Available data:
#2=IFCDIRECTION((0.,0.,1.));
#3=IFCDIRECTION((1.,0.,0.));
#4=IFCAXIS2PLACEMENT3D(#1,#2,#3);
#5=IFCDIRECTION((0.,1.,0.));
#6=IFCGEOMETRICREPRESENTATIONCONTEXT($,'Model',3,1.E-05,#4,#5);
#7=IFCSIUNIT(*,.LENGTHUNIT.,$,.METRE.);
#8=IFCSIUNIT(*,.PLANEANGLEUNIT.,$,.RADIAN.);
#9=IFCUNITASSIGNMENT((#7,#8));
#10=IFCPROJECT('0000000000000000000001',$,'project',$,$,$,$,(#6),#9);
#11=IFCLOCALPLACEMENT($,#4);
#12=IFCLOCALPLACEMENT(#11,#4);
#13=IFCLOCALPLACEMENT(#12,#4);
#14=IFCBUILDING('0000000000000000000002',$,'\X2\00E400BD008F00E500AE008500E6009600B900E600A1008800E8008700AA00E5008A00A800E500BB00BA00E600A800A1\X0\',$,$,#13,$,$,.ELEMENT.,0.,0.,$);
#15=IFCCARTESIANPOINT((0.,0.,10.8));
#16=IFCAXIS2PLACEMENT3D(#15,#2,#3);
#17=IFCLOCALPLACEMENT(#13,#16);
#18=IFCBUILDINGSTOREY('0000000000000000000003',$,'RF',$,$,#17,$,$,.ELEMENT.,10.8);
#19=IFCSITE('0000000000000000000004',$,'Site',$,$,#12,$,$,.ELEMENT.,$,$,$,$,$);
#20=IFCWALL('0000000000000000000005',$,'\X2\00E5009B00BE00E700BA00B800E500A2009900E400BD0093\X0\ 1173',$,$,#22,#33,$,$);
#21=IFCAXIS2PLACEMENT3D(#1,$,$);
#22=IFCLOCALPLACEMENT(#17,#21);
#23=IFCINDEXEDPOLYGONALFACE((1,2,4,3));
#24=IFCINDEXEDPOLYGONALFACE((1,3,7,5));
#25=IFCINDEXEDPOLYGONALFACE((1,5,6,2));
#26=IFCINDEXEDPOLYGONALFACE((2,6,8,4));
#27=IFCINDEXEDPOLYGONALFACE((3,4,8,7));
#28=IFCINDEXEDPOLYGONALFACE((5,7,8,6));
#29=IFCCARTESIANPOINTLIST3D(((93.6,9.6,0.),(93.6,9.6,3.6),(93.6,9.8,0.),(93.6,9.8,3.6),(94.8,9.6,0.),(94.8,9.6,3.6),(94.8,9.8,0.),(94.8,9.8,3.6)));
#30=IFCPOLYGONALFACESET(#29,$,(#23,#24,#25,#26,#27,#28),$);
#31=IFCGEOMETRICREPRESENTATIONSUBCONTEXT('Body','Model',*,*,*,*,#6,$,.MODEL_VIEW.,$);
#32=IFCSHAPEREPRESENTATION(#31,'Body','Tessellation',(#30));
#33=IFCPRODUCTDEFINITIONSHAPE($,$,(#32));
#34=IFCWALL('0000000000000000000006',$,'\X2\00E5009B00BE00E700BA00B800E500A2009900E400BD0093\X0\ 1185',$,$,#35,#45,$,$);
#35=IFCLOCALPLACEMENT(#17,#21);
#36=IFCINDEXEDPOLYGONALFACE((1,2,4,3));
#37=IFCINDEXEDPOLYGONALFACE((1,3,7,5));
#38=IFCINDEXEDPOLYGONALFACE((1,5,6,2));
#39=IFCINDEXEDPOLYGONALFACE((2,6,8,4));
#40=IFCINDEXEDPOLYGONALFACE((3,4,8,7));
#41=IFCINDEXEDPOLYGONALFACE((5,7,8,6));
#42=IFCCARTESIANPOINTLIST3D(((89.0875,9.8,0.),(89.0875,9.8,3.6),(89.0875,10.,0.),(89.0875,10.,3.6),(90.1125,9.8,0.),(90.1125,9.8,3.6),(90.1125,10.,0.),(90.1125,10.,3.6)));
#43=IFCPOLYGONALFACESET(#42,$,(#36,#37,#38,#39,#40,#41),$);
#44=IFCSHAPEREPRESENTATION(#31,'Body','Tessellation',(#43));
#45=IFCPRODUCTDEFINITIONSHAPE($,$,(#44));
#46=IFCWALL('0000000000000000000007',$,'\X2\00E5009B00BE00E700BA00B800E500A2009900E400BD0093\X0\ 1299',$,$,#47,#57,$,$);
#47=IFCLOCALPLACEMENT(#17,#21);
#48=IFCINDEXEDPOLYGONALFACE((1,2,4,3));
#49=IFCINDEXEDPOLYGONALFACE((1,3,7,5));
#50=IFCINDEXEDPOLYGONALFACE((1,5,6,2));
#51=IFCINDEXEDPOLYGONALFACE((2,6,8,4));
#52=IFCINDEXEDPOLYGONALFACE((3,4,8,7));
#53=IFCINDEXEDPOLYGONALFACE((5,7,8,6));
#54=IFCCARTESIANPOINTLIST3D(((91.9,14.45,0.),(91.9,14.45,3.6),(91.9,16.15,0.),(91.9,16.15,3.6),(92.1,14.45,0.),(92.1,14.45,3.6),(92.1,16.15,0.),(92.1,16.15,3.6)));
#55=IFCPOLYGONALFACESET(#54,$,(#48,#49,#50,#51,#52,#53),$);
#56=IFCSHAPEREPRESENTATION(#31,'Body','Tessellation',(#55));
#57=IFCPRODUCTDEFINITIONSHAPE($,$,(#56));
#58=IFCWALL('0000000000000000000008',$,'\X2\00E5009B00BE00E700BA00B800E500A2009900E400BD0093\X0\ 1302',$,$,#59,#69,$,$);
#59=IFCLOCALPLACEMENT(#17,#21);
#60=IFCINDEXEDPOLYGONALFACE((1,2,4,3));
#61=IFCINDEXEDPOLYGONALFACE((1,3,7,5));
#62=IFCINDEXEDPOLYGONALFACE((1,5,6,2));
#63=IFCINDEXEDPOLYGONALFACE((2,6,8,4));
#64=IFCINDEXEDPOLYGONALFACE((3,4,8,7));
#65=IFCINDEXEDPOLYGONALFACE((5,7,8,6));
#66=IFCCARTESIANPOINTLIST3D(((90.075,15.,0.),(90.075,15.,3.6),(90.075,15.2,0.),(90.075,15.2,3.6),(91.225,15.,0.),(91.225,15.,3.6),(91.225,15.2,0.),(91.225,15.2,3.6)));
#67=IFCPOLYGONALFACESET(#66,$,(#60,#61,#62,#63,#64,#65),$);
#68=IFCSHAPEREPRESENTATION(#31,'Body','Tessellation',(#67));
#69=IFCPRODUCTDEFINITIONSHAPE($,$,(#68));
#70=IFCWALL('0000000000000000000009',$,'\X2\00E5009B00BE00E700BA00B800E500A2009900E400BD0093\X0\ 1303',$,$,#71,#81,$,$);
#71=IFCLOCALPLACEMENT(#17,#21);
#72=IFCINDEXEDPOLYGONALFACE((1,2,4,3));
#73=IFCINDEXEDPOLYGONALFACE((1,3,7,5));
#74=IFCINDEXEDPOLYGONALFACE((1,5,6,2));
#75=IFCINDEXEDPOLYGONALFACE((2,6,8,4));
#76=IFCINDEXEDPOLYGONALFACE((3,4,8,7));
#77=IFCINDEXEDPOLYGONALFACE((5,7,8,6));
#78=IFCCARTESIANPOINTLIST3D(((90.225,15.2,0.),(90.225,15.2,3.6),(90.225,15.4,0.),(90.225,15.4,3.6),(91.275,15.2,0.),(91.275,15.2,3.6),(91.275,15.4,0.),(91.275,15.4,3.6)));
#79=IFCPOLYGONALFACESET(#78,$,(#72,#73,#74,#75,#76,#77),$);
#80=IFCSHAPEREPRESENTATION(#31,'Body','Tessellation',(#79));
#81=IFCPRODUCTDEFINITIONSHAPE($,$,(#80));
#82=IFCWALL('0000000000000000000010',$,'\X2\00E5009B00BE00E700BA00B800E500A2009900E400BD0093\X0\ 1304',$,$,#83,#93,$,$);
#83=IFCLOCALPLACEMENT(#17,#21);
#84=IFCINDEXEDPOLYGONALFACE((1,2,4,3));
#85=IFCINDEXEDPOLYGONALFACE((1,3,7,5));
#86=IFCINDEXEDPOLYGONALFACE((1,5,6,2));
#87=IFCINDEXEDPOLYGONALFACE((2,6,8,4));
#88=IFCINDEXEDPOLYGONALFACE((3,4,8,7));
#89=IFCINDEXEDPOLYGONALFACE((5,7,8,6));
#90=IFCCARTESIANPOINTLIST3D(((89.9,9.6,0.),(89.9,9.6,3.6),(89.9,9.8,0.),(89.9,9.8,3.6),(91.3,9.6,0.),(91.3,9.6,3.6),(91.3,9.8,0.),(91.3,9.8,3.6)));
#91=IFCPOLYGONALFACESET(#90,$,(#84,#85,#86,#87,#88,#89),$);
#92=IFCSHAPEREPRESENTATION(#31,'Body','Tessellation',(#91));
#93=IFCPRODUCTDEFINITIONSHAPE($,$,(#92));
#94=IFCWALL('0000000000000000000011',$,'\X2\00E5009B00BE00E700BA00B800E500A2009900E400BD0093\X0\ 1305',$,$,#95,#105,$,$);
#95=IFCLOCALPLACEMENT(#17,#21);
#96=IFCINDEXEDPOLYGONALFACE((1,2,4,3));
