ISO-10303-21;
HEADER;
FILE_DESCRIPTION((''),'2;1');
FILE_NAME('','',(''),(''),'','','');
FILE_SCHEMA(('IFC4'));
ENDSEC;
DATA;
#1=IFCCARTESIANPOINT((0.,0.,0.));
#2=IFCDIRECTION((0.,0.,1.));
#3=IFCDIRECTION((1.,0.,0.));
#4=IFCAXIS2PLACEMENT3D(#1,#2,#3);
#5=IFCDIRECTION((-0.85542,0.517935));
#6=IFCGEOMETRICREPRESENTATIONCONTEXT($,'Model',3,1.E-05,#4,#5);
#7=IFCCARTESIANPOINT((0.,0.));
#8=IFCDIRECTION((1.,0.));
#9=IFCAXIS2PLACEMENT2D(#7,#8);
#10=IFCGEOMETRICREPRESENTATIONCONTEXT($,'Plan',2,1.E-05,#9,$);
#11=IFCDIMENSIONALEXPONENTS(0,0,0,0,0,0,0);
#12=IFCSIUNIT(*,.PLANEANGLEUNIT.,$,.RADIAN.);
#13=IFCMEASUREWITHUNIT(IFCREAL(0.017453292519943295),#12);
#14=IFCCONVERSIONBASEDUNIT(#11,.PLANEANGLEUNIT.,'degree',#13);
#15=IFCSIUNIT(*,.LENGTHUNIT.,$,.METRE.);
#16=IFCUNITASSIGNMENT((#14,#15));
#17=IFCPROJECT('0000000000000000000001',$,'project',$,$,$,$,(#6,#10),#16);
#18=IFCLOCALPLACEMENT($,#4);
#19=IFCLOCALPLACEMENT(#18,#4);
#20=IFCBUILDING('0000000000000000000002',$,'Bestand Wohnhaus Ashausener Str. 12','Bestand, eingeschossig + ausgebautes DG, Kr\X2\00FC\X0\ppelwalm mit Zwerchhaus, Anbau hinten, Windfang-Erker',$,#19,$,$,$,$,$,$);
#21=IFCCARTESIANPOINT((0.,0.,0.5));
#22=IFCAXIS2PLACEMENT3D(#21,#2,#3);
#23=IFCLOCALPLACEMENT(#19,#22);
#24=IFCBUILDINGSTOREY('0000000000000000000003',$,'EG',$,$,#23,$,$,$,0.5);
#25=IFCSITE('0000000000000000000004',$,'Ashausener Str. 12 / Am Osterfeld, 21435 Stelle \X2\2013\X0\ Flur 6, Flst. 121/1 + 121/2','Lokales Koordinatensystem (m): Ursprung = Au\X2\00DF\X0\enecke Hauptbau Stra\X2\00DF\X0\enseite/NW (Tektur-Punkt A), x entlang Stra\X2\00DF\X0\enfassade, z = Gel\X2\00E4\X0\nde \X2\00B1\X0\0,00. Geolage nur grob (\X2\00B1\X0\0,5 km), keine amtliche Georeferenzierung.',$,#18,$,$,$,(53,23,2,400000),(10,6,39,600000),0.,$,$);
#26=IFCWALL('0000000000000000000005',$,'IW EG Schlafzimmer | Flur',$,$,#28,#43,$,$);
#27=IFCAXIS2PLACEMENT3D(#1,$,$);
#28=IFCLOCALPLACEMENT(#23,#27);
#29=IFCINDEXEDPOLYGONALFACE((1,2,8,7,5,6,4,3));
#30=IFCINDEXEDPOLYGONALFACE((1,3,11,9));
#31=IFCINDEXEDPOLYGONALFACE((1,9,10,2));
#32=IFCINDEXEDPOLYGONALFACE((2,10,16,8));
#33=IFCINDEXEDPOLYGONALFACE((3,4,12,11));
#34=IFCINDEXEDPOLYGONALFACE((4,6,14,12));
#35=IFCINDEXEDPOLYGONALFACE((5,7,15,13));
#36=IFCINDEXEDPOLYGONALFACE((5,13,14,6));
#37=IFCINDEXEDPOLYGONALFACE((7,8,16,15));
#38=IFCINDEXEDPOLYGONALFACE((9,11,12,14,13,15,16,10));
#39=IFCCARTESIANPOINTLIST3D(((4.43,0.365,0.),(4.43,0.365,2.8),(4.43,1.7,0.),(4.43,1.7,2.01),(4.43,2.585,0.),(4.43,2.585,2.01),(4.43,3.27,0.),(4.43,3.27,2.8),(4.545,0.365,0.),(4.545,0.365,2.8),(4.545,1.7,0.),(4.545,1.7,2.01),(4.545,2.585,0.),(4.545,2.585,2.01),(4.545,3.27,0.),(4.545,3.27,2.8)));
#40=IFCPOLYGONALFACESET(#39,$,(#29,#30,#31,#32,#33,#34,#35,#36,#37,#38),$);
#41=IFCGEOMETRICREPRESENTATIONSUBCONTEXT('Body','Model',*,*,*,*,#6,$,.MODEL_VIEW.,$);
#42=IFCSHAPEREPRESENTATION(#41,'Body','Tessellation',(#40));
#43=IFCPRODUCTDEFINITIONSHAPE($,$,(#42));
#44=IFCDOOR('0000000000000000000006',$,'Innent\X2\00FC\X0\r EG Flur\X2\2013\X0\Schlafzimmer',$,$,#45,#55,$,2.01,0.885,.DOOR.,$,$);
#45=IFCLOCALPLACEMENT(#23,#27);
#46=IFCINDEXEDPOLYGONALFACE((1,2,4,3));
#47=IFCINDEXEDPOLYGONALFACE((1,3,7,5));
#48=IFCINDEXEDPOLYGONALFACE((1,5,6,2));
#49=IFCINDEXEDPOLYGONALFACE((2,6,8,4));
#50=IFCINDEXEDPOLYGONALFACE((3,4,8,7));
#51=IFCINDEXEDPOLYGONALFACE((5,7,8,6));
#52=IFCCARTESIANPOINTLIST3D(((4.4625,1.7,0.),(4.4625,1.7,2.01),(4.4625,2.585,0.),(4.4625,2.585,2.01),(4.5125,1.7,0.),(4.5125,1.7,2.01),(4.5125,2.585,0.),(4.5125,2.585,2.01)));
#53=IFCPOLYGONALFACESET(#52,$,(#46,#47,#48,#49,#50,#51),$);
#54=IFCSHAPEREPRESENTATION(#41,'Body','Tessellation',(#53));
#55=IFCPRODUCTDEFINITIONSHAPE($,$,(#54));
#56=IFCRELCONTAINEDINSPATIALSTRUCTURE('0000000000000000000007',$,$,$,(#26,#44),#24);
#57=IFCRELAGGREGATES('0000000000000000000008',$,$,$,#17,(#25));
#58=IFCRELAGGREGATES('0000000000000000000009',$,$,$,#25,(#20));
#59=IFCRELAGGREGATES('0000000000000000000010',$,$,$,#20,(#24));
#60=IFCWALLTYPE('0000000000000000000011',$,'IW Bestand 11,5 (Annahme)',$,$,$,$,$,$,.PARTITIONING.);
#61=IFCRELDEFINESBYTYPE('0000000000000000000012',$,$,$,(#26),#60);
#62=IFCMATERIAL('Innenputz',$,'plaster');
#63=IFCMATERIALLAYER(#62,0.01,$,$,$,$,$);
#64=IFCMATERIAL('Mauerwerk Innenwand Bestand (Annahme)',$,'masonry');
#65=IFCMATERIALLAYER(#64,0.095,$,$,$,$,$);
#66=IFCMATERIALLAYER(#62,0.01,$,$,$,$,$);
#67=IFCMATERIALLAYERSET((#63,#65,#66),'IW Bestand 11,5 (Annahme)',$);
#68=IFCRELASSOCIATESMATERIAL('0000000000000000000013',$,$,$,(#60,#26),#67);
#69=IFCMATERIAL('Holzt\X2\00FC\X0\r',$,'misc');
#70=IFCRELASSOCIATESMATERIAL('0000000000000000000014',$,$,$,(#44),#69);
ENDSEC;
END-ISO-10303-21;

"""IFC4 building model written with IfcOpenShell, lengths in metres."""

from ifc_helpers import new_model, entity, si_unit, converted_unit, direction, frame, origin_with_axes, origin_2d_with_axis, place, context, subcontext, project, spatial, indexed_curve, outline, extrude, material, layer, layer_set, layer_usage, type_object, element, fill, save


model = new_model("IFC4")

# Units and contexts
model_context = context("Model", 3, precision=1e-05, world=origin_with_axes(), true_north=direction((-0.85542, 0.517935)))
plan_context = context("Plan", 2, precision=1e-05, world=origin_2d_with_axis())
body_context = subcontext(model_context, "Body", "Model", "MODEL_VIEW")
ifc_project = project(units=[converted_unit("PLANEANGLEUNIT", "degree", entity("IfcReal", 0.017453292519943295), si_unit("PLANEANGLEUNIT", "RADIAN"), dimensions=[0, 0, 0, 0, 0, 0, 0]), si_unit("LENGTHUNIT", "METRE")], contexts=[model_context, plan_context])

# Site, building, storey
site_placement = place(None, origin_with_axes())
site = spatial("IfcSite", under=ifc_project, at=site_placement, Name="Ashausener Str. 12 / Am Osterfeld, 21435 Stelle – Flur 6, Flst. 121/1 + 121/2", Description="Lokales Koordinatensystem (m): Ursprung = Außenecke Hauptbau Straßenseite/NW (Tektur-Punkt A), x entlang Straßenfassade, z = Gelände ±0,00. Geolage nur grob (±0,5 km), keine amtliche Georeferenzierung.", RefLatitude=(53, 23, 2, 400000), RefLongitude=(10, 6, 39, 600000), RefElevation=0.0)
building_placement = place(site_placement, origin_with_axes())
building = spatial("IfcBuilding", under=site, at=building_placement, Name="Bestand Wohnhaus Ashausener Str. 12", Description="Bestand, eingeschossig + ausgebautes DG, Krüppelwalm mit Zwerchhaus, Anbau hinten, Windfang-Erker")
storey_placement = place(building_placement, frame((0.0, 0.0, 0.5), z_axis=(0.0, 0.0, 1.0), x_axis=(1.0, 0.0, 0.0)))
storey = spatial("IfcBuildingStorey", under=building, at=storey_placement, Name="EG", Elevation=0.5)

# Shared definitions
ifc_material_1 = material(Name="Holztür", Category="misc")

# Shared definitions
ifc_material_2 = material(Name="Innenputz", Category="plaster")
ifc_layer_1 = layer(ifc_material_2, 0.01)
ifc_material_3 = material(Name="Mauerwerk Innenwand Bestand (Annahme)", Category="masonry")
ifc_layer_2 = layer(ifc_material_3, 0.095)
ifc_layer_3 = layer(ifc_material_2, 0.01)
ifc_layer_set_1 = layer_set([ifc_layer_1, ifc_layer_2, ifc_layer_3], Name="IW Bestand 11,5 (Annahme)")
wall_type_1 = type_object("IfcWallType", Name="IW Bestand 11,5 (Annahme)", PredefinedType="PARTITIONING", material=ifc_layer_set_1)

# Wall, opening, door
ifc_layer_usage_1 = layer_usage(ifc_layer_set_1, "AXIS2", "POSITIVE", 0.0)
wall_1_placement = place(storey_placement, frame((4.43, 3.27, 0.0), z_axis=(0.0, 0.0, 1.0), x_axis=(0.0, -1.0, 0.0)))
wall_1 = element("IfcWall", 1, at=wall_1_placement, inside=storey, type_object=wall_type_1, material=ifc_layer_usage_1, Name="IW EG Schlafzimmer | Flur", context=body_context, shape_type="SweptSolid", body=[
    extrude(outline(indexed_curve([(0.0, 0.0), (0.0, 0.115), (2.905, 0.115), (2.905, 0.0), (0.0, 0.0)], self_intersect=False)), origin_with_axes(), (0.0, 0.0, 1.0), 2.8),
])
opening_1_placement = place(wall_1_placement, frame((0.685, -0.1, 0.0), z_axis=(0.0, 0.0, 1.0), x_axis=(1.0, 0.0, 0.0)))
opening_1 = element("IfcOpeningElement", 2, at=opening_1_placement, cuts=wall_1, context=body_context, shape_type="SweptSolid", body=[
    extrude(outline(indexed_curve([(0.0, 0.0), (0.0, 0.315), (0.885, 0.315), (0.885, 0.0), (0.0, 0.0)], self_intersect=False)), origin_with_axes(), (0.0, 0.0, 1.0), 2.01),
])
door_1_placement = place(storey_placement, frame((4.4625, 2.585, 0.0), z_axis=(0.0, 0.0, 1.0), x_axis=(0.0, -1.0, 0.0)))
door_1 = element("IfcDoor", 3, at=door_1_placement, inside=storey, material=ifc_material_1, Name="Innentür EG Flur–Schlafzimmer", OverallHeight=2.01, OverallWidth=0.885, PredefinedType="DOOR", context=body_context, shape_type="SweptSolid", body=[
    extrude(outline(indexed_curve([(0.0, 0.0), (0.0, 0.05), (0.885, 0.05), (0.885, 0.0), (0.0, 0.0)], self_intersect=False)), origin_with_axes(), (0.0, 0.0, 1.0), 2.01),
])
fill(opening_1, door_1)

save(model, "model.ifc")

Problem:
Look above for the line with "#67=IFCPOLYGONALFACESET(#66,$,(#60,#61,#62,#63,#64,#65),$);" and the line with "#69=IFCPRODUCTDEFINITIONSHAPE($,$,(#68));". Retype those two lines and every line between them exactly, adding nothing.

Expected answer:
#67=IFCPOLYGONALFACESET(#66,$,(#60,#61,#62,#63,#64,#65),$);
#68=IFCSHAPEREPRESENTATION(#31,'Body','Tessellation',(#67));
#69=IFCPRODUCTDEFINITIONSHAPE($,$,(#68));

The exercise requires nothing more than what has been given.